Боль... Тайлэ прикрыл глаза... Боль...
— Ты же знаешь — мне все равно.
Пальцы дергают за серебряную паутину, вплавившуюся в реальность, двигают, перестраивают. Плавные движения завораживают, заставляют, подчиняют. Тяжело. Никого из червичей вокруг. Аромат тлена. Боль...
— Я иду, повелитель.
Пальцы бьют зеркала, выстилая путь убивающим серебром. Руки тянутся вперед. Ктулху... Ложатся на знакомую грудь. На выправленный узор.
— Что ты хочешь?
Он жаден в своих желания — бог, что родился из энергии Увайи. Их темный сын... их страдание и их погибель.
— Знаешь. Спрятал... отвел взгляд... пытался, чтобы забыл. Он пласты наслаивает. Множество миров в бусинки превращает, рассыпает жемчуг... Мне предназначался.

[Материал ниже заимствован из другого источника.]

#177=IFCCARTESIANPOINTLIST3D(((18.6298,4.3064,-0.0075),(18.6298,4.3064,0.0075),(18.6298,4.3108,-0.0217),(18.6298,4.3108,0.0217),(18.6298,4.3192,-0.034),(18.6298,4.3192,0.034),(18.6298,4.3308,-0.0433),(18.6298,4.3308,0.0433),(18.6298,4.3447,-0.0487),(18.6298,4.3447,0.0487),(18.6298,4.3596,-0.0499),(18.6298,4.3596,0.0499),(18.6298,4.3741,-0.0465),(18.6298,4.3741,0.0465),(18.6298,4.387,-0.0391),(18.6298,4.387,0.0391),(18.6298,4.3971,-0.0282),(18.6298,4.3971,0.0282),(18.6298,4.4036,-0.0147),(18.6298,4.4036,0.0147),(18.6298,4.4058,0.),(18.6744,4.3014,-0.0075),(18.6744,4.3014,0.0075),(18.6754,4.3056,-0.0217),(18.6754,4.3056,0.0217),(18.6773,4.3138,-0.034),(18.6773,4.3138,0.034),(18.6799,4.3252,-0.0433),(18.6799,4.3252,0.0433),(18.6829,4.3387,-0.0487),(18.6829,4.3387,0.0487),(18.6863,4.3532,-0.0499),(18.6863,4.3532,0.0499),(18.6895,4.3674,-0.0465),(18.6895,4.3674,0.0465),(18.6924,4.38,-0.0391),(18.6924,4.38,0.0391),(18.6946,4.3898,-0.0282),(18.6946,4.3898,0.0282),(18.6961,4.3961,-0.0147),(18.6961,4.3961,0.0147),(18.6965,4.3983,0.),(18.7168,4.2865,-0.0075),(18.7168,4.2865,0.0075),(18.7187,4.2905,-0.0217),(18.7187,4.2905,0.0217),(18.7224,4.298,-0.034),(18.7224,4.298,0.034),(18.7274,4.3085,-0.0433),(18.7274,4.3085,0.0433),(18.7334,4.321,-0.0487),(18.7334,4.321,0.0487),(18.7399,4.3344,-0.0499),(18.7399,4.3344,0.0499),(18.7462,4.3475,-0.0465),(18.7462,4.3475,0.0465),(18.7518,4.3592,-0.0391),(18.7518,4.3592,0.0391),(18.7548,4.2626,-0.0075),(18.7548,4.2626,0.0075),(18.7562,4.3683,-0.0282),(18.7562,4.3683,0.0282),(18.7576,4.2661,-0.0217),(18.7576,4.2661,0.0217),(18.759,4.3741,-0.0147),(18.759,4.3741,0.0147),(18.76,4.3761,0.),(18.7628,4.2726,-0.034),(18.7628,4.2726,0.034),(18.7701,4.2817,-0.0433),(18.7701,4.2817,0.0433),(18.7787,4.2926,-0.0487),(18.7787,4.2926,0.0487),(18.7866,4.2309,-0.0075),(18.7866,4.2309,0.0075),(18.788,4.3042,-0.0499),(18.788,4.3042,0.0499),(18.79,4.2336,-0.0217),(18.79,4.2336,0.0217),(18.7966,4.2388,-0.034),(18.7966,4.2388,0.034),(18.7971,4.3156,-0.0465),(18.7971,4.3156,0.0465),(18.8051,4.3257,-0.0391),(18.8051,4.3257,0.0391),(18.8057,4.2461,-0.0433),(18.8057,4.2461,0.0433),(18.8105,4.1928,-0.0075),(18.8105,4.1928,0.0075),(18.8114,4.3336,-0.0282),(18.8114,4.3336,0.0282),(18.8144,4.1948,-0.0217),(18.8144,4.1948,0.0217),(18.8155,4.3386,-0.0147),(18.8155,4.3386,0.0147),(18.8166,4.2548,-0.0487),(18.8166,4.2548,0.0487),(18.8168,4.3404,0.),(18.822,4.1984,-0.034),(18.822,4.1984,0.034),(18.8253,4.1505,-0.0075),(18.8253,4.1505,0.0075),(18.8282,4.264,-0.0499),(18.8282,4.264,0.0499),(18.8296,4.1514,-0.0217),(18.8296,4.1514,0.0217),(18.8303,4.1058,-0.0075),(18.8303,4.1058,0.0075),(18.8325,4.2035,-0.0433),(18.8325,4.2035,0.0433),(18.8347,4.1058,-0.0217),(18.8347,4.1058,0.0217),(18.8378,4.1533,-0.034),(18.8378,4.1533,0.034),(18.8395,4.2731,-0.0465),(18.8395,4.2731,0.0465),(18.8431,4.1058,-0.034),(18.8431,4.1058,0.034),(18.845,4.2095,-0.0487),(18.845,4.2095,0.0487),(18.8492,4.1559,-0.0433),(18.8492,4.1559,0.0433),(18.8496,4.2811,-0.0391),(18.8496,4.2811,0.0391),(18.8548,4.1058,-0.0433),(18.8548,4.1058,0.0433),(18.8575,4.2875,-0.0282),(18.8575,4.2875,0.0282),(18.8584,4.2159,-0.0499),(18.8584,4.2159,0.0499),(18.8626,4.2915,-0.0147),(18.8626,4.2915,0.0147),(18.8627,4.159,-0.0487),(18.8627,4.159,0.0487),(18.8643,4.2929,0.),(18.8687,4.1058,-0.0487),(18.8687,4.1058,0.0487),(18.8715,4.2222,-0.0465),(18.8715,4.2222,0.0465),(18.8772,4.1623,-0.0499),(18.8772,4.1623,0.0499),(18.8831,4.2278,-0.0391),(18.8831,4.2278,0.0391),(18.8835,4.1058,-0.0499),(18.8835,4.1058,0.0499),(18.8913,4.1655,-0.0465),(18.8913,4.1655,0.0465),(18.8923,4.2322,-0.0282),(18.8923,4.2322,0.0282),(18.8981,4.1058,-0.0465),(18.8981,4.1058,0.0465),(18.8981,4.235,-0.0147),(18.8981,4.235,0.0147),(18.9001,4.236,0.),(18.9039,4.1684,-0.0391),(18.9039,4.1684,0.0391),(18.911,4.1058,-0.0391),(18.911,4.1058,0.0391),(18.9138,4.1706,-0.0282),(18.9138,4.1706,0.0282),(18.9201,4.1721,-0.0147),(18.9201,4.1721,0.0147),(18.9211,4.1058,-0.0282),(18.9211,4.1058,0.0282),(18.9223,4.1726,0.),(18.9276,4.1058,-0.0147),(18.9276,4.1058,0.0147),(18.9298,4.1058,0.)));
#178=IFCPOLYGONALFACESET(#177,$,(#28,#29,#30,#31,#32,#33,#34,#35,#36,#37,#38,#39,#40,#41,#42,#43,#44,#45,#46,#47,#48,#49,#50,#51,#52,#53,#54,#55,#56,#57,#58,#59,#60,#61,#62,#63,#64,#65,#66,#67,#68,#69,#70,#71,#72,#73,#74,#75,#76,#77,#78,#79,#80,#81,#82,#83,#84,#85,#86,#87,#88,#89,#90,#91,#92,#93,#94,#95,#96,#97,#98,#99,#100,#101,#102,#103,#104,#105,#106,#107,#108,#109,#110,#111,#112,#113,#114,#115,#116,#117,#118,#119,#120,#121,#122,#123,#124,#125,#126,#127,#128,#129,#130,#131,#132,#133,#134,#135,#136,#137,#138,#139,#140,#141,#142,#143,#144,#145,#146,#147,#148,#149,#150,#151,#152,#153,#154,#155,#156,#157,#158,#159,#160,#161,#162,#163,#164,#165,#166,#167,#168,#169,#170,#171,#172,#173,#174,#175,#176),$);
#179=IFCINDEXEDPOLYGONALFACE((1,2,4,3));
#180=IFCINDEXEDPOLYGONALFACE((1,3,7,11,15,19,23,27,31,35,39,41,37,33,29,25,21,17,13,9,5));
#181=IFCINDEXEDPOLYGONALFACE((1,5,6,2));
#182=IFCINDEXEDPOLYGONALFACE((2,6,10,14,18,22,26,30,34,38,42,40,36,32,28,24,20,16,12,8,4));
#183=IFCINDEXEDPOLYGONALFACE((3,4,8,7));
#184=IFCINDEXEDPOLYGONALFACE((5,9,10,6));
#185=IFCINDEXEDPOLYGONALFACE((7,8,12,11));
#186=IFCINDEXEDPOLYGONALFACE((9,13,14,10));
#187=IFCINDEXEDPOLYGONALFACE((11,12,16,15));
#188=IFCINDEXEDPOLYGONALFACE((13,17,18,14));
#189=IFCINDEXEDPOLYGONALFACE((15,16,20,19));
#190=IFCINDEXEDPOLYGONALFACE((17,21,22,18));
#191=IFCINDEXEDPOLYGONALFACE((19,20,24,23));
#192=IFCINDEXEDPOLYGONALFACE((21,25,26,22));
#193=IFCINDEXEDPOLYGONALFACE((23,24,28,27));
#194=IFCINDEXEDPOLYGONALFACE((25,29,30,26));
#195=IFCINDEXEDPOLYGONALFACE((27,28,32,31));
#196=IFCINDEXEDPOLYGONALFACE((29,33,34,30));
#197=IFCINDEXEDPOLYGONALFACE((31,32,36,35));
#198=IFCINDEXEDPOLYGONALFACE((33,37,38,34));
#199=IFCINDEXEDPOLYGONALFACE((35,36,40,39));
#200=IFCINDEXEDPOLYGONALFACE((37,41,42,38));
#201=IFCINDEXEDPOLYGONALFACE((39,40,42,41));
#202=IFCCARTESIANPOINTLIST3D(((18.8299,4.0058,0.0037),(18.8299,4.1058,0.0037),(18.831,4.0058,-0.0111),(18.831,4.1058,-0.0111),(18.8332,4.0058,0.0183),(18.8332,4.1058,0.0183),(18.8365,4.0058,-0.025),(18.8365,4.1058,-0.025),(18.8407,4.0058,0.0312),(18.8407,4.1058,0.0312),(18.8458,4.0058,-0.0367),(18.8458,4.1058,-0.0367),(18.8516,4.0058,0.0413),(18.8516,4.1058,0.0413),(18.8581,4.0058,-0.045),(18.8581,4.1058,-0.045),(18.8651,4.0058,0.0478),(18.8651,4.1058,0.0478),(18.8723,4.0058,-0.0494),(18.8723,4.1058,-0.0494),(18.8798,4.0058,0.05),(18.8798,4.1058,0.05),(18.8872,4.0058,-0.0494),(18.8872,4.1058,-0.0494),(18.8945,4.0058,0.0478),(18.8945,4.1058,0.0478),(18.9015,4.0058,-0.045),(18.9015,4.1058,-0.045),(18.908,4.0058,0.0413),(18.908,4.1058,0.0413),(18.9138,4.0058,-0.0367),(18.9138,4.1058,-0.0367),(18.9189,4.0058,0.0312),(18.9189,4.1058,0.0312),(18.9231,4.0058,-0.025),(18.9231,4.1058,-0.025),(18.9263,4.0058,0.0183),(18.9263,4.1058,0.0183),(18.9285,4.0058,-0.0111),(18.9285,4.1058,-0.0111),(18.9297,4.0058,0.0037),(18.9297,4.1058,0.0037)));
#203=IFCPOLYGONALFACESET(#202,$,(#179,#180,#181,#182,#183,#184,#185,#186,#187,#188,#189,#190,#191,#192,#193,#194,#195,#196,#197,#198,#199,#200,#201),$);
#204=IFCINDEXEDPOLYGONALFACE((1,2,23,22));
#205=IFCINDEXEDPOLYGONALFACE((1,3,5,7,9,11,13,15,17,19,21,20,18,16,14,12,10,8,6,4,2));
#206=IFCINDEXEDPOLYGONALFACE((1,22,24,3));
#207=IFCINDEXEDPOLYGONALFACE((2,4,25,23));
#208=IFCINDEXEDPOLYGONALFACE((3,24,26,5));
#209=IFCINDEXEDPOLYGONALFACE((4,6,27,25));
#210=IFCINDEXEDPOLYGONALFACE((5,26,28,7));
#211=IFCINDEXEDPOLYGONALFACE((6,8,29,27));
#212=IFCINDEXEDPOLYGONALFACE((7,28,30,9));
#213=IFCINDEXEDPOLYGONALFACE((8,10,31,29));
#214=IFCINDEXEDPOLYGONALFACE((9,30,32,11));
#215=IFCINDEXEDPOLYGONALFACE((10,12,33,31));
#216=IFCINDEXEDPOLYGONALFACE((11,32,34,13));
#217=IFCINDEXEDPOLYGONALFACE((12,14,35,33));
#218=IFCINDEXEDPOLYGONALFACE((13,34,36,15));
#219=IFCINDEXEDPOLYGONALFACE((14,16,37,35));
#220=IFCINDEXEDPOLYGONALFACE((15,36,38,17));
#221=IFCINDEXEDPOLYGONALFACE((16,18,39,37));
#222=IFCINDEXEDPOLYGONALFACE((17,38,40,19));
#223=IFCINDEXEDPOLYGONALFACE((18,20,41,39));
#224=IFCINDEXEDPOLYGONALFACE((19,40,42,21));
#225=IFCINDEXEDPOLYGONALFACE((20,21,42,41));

Ктулху был спокоен. Ближе, чем в круг не войти изгнаннику.
— Я лишу тебя разума, Тайлэ. Где Гнейтта?
— Ты его потеряешь навсегда. Я не знаю, где он. Уничтожь мой разум — и потеряется все, — рука скользит по рисунку. — Что тебя манит, великий? Что на самом деле?
— Ты манил меня всегда, мой единственный Тайлэ. Ты был моей тьмой. Теперь я тебя потерял. И Гнейтта — потерял! Мне холодно. Остынет мир. Остынет вода... — черная вода проступила на обгоревших камнях, как смола.
— Огонь не приходит извне. Ты ярость мира, и всегда останешься ею. Твои потери мнимы. Ты не Гнейтта хотел, когда убивал меня. Ты себя проверить хотел, — образ Тайлэ плыл и менялся. Волосы стремительно росли, становясь похожими на белые водоросли смерти, что могут задушить, стоит только коснуться. Кожа потемнела до угольного антрацита. Глаза, уже синие, теряли блеск, превращаясь в непрозрачные пластинки драгоценного камня. Пальцы, скользят, правят, добавляют света. — Разочарован?
— Убийца, — Ктулху ненавидел увайи, что создали ему ученика. Много тысячелетий назад их связывали пути, которыми наполнялись миры. На каждом отрезке — жемчужинка нового мира. Они использовали червичей. И убивали их, не вспоминая. Год за годом, пока материя не закрепилась. Теперь вернули древние того, кому отдал Черный король часть себя. И круг пел и манил открыться.
Где-то в отдалении, за гранью скал шевельнулся раненный Цийкон, узревший драконов и огонь, но выживший, потому что нырнул в расщелину. Он задрожал. Опять. Два монстра переплетаются щупальцами в непонятной борьбе...
— Мий, — позвал тихо и поплыл над черной долиной, под которой лежал старый город-лабиринт.
А Тайлэ холодно улыбался своему богу. Он чувствовал, что молодой аффа выжил, но в тот момент это было неважно. Если Раймийен не умер, он в безопасности. И Открывающий обязательно узнает, почему эту парочку связала судьба. Должна быть причина. Они должны вместе уметь что-то такое, что позволит миру защититься.
И Тайлэ улыбался.
— Ты же хотел вернуть меня истинным. Раз не удалось убедить себя, что я тебе не нужен.
Щека коснулась щеки. Это было не просто прикосновение — молния, открывающая казалось бы давно похороненное.
— Я все помню.
Все — это действительно все. И Тайлэ не собирался ничего забывать.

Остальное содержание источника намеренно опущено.